What this task involves
Please copy out every line in the records below that includes the word "IFCMATERIALLAYERSET".

=== Exercise materials ===

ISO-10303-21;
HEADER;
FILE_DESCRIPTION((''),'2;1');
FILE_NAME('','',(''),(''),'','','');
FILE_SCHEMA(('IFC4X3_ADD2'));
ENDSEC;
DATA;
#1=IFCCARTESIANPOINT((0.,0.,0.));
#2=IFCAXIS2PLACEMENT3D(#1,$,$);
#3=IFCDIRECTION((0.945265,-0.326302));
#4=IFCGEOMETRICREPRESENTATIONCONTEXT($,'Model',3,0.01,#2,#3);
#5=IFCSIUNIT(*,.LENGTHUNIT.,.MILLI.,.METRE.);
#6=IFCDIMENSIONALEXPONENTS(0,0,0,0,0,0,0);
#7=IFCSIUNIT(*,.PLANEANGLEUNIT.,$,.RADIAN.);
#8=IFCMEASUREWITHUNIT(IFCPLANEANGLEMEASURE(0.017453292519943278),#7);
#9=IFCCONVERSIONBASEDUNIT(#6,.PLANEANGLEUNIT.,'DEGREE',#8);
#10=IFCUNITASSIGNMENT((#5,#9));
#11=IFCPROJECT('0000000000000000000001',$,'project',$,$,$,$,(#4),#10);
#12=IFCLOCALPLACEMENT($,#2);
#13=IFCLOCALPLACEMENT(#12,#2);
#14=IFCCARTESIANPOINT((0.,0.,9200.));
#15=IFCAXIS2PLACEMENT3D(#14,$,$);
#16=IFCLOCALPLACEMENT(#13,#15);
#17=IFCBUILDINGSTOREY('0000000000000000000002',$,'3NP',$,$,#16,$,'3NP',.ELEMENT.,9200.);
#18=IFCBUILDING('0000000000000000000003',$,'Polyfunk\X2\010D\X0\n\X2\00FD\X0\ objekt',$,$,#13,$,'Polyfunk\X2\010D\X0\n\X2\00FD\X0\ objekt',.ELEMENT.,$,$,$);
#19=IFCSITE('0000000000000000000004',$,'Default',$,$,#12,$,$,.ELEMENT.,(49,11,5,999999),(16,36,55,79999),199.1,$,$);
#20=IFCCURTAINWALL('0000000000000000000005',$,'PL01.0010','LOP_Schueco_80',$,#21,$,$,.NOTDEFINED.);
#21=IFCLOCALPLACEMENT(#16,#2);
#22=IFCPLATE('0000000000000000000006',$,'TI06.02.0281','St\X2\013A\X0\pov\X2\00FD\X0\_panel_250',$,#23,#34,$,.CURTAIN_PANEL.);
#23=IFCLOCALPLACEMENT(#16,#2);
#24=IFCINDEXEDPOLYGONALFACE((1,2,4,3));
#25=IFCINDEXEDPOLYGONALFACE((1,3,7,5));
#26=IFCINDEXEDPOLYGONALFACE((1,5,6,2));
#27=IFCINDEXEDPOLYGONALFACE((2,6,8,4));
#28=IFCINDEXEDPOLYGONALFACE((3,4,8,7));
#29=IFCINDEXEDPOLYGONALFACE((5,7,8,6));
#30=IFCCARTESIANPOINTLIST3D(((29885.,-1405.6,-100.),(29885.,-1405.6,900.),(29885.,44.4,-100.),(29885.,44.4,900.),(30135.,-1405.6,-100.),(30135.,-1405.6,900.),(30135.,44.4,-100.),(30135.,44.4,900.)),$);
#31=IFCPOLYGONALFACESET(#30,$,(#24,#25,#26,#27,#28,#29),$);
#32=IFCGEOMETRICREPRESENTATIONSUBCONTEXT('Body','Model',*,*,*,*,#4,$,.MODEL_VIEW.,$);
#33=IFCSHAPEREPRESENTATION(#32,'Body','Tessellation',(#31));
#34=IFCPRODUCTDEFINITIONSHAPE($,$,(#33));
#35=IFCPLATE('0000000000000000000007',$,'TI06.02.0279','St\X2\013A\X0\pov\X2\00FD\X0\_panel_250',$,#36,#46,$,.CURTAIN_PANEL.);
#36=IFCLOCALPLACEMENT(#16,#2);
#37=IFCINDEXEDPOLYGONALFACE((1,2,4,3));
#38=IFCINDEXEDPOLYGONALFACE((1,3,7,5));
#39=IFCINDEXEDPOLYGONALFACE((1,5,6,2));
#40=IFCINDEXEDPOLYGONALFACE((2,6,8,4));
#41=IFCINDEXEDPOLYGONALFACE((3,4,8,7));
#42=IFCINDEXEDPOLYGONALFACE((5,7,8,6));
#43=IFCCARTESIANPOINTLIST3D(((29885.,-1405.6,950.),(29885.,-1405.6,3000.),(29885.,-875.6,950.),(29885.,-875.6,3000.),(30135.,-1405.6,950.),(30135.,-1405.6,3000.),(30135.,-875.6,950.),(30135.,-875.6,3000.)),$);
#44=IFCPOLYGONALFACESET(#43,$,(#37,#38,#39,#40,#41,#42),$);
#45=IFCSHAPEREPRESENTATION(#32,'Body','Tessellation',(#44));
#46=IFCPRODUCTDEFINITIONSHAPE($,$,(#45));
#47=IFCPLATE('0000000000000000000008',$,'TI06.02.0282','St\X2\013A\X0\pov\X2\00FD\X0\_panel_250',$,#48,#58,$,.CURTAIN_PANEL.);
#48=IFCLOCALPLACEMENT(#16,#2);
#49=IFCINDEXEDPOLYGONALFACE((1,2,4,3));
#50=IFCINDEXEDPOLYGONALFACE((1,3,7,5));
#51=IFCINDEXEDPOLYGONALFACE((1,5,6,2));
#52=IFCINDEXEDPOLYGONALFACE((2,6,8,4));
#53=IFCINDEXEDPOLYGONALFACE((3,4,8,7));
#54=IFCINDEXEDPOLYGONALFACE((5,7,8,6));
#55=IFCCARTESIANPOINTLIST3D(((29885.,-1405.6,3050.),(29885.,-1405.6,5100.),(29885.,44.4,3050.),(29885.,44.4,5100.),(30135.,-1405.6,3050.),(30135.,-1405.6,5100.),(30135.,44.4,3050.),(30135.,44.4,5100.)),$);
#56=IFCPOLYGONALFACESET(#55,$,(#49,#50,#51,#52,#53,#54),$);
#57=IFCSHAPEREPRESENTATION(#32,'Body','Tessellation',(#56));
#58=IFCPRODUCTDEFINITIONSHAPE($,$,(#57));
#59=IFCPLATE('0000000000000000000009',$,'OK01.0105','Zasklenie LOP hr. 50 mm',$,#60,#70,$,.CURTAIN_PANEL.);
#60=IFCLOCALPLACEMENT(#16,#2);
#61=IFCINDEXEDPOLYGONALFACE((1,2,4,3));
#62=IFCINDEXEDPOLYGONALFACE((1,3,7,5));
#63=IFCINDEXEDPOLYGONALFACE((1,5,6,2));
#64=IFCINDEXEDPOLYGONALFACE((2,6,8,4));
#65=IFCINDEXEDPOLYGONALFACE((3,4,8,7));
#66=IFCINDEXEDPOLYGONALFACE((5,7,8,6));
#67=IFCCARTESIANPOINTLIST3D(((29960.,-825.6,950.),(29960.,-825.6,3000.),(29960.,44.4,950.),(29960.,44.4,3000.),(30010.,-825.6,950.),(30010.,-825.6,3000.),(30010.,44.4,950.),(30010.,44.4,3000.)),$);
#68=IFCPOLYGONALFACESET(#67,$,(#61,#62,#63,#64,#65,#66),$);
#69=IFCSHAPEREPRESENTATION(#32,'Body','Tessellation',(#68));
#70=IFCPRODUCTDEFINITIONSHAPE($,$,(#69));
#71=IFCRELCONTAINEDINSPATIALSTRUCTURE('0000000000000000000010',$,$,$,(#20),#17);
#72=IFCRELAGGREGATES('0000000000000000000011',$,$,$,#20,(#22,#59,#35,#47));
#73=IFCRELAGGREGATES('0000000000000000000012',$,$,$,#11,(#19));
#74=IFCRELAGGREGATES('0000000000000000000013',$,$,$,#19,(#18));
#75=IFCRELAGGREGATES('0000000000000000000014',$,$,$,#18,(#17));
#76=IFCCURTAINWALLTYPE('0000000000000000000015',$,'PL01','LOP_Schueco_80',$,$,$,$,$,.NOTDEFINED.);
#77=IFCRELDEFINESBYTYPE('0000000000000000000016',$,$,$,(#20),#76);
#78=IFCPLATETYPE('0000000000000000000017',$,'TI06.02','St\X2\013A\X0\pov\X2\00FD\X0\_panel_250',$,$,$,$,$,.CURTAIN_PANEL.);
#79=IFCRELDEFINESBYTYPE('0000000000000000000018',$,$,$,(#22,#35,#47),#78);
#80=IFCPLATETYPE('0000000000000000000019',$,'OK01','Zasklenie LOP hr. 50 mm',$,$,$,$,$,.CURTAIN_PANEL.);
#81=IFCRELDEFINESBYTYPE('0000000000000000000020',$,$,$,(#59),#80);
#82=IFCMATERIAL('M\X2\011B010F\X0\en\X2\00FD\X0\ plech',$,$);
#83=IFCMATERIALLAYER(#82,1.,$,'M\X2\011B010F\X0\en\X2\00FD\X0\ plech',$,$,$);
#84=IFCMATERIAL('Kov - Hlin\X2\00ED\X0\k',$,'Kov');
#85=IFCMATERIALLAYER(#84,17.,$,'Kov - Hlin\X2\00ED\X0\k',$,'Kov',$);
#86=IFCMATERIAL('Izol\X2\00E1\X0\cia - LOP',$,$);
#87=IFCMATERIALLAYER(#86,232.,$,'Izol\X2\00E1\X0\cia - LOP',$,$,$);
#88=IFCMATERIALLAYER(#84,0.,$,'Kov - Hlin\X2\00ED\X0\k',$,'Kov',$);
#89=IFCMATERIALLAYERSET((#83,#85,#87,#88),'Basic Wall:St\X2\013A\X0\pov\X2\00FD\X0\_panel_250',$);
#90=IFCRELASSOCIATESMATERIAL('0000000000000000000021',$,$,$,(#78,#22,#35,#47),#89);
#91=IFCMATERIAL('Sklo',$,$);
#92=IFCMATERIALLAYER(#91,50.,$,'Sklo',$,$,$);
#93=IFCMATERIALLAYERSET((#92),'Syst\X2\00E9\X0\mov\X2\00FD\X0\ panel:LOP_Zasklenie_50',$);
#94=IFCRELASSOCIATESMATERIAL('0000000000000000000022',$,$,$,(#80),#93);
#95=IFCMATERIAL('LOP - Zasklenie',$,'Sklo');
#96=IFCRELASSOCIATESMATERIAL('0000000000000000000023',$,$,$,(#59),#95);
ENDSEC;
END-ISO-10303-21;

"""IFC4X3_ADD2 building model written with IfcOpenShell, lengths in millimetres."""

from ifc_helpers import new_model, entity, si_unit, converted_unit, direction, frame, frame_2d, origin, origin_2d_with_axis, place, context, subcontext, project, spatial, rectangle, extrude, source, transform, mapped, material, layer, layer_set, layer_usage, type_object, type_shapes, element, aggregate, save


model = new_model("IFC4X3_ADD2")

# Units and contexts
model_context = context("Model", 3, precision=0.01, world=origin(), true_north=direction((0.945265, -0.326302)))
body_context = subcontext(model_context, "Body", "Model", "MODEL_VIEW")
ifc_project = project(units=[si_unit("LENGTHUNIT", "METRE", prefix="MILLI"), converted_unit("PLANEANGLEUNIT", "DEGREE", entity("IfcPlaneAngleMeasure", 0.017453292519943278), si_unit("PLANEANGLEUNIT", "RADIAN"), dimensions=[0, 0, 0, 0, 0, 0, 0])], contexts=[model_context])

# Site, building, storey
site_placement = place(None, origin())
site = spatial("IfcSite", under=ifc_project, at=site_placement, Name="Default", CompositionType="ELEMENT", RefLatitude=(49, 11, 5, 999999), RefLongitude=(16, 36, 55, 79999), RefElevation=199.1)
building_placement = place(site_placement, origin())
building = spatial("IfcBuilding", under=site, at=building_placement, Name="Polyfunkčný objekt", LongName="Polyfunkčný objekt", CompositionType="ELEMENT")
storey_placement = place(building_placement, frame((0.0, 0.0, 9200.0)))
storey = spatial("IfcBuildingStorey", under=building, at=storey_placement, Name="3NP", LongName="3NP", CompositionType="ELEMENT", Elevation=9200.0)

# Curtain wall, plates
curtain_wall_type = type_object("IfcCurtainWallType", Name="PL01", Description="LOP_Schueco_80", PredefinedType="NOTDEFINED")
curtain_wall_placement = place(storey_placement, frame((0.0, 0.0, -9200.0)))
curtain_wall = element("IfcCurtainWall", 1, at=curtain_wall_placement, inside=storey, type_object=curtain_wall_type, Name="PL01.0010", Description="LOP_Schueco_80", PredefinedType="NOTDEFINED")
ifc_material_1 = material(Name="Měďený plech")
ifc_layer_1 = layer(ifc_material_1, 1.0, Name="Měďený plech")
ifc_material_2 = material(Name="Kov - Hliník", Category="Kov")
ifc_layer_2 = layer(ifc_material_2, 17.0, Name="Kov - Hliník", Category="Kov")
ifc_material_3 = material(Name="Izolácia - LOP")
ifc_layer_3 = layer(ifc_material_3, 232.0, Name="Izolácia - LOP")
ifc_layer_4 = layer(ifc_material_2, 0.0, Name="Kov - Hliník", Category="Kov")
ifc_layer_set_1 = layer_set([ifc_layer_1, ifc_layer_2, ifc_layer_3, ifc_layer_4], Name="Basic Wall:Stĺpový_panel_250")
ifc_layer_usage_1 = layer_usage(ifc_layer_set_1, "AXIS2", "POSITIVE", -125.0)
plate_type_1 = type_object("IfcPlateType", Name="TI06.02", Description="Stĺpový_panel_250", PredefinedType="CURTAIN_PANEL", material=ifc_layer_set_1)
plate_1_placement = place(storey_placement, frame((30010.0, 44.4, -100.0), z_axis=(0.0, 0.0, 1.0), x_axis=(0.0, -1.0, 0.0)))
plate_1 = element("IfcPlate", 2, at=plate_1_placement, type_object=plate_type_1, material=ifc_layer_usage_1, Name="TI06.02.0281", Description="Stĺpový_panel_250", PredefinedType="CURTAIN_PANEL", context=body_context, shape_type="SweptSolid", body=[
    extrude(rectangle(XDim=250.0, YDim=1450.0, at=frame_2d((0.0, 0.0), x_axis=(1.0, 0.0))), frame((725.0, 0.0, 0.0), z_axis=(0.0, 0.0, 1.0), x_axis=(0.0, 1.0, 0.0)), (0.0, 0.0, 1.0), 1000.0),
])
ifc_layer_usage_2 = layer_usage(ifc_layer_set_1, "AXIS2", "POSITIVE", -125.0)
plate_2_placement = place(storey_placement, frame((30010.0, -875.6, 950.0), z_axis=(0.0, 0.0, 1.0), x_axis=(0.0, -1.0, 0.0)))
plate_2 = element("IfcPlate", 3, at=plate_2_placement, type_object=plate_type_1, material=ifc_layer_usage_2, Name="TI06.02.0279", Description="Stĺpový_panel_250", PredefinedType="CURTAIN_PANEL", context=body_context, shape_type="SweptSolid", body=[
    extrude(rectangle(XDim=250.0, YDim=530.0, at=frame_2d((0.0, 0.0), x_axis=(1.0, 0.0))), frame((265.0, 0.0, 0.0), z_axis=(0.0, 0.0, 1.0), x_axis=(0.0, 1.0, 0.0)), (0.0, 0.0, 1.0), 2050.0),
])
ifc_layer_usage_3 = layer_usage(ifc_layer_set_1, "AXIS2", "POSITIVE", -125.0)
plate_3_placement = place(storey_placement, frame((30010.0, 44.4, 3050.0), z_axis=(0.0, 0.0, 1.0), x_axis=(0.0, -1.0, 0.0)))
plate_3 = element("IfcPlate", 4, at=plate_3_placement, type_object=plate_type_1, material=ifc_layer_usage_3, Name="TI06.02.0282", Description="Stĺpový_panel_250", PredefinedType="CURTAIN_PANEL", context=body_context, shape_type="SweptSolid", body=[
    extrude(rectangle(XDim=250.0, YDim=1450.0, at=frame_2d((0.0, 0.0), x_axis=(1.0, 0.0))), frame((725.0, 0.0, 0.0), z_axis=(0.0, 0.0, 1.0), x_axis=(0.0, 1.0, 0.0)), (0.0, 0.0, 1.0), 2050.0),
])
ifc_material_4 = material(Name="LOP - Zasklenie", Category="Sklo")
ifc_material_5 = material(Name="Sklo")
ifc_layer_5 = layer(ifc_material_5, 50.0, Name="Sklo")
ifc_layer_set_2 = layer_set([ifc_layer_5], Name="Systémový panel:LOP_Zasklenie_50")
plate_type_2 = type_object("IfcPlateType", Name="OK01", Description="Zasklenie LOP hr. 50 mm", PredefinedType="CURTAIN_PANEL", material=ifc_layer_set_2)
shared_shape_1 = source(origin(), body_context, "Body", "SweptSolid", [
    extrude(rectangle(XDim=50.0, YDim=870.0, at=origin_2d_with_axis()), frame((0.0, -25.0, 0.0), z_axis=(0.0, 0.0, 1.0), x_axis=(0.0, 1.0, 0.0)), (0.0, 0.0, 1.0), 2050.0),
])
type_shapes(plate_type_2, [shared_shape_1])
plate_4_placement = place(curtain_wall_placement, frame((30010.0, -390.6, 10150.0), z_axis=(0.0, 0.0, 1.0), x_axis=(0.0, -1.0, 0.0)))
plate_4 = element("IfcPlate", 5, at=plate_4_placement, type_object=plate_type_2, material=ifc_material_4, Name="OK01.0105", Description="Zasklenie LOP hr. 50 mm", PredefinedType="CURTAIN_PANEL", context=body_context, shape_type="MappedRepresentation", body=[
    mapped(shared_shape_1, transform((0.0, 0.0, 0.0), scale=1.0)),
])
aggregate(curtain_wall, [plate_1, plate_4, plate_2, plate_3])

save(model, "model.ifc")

===

Solution to the problem
#89=IFCMATERIALLAYERSET((#83,#85,#87,#88),'Basic Wall:St\X2\013A\X0\pov\X2\00FD\X0\_panel_250',$);
#93=IFCMATERIALLAYERSET((#92),'Syst\X2\00E9\X0\mov\X2\00FD\X0\ panel:LOP_Zasklenie_50',$);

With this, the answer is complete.